You can disable cookies through your browser settings at any time.

Please note that disabling cookies may affect the proper functioning of certain features of the Website.

We may update this Cookie Policy from time to time to reflect changes in how cookies are used or to comply with legal requirements.

Any updates will be published on this page with a revised “last updated” date. We recommend reviewing this Policy regularly.

By using our Website, you acknowledge that you have read and understood this Cookie Policy and agree to its terms.

Continued use of the Website constitutes ongoing consent to the use of cookies as described in this Policy.

PRIVACY POLICY UPDATES

We reserve the right to amend this Privacy Policy at any time.

Any changes will be communicated by updating the Policy and/or through other appropriate communication channels.

You are responsible for reviewing the updated Policy.
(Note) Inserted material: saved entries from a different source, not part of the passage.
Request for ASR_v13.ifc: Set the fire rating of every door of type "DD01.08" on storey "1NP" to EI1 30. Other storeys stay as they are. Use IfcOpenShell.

First a look at what the model holds.

```python
import ifcopenshell
import ifcopenshell.util.element

model = ifcopenshell.open("ASR_v13.ifc")
print(model.schema)
storey = next(s for s in model.by_type("IfcBuildingStorey") if s.Name == "1NP")
doors = [e for e in ifcopenshell.util.element.get_decomposition(storey) if e.is_a("IfcDoor")]
seen = {}
for e in doors:
    element_type = ifcopenshell.util.element.get_type(e)
    key = (element_type.Name if element_type != e and element_type else None, ifcopenshell.util.element.get_pset(e, "Pset_DoorCommon", "FireRating"))
    seen[key] = seen.get(key, 0) + 1
for (name, value), count in sorted(seen.items(), key=str):
    print(count, "x", name, "|", value)
```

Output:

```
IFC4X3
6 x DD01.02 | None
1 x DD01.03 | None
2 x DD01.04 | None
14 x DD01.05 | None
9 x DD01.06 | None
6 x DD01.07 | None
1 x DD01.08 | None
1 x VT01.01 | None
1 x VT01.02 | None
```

```python
import ifcopenshell
import ifcopenshell.api.pset
import ifcopenshell.util.element

model = ifcopenshell.open("ASR_v13.ifc")

storey = next(s for s in model.by_type("IfcBuildingStorey") if s.Name == "1NP")
doors = [e for e in ifcopenshell.util.element.get_decomposition(storey) if e.is_a("IfcDoor")]

count = 0
for e in doors:
    element_type = ifcopenshell.util.element.get_type(e)
    if element_type in (None, e) or element_type.Name != "DD01.08":
        continue
    # add_pset returns the element's existing set when there is one.
    pset = ifcopenshell.api.pset.add_pset(model, product=e, name="Pset_DoorCommon")
    ifcopenshell.api.pset.edit_pset(model, pset=pset, properties={"FireRating": "EI1 30"})
    count += 1

print(count, "doors updated")

model.write("ASR_v13_v2.ifc")
```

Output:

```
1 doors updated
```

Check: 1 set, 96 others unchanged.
Continued use of the Website or Services after updates have been published constitutes acceptance of the revised version.

If you do not agree to the updated Privacy Policy, you must stop using the Website and Services.

APPLICABLE LAW

This Privacy Policy is designed to comply with applicable data protection laws, including the General Data Protection Regulation (GDPR) of the European Union.

CONFIRMATION OF ACCEPTANCE

By using our Website and/or Services, you confirm that you have previously accepted this Privacy Policy.

Your continued use of the Website and/or Services confirms your ongoing consent to the processing of your personal data in accordance with this Policy.

DATA CONTROLLER

The data controller responsible for processing personal data is hellcase.com.

Further information about the data controller is provided in the Terms of Use.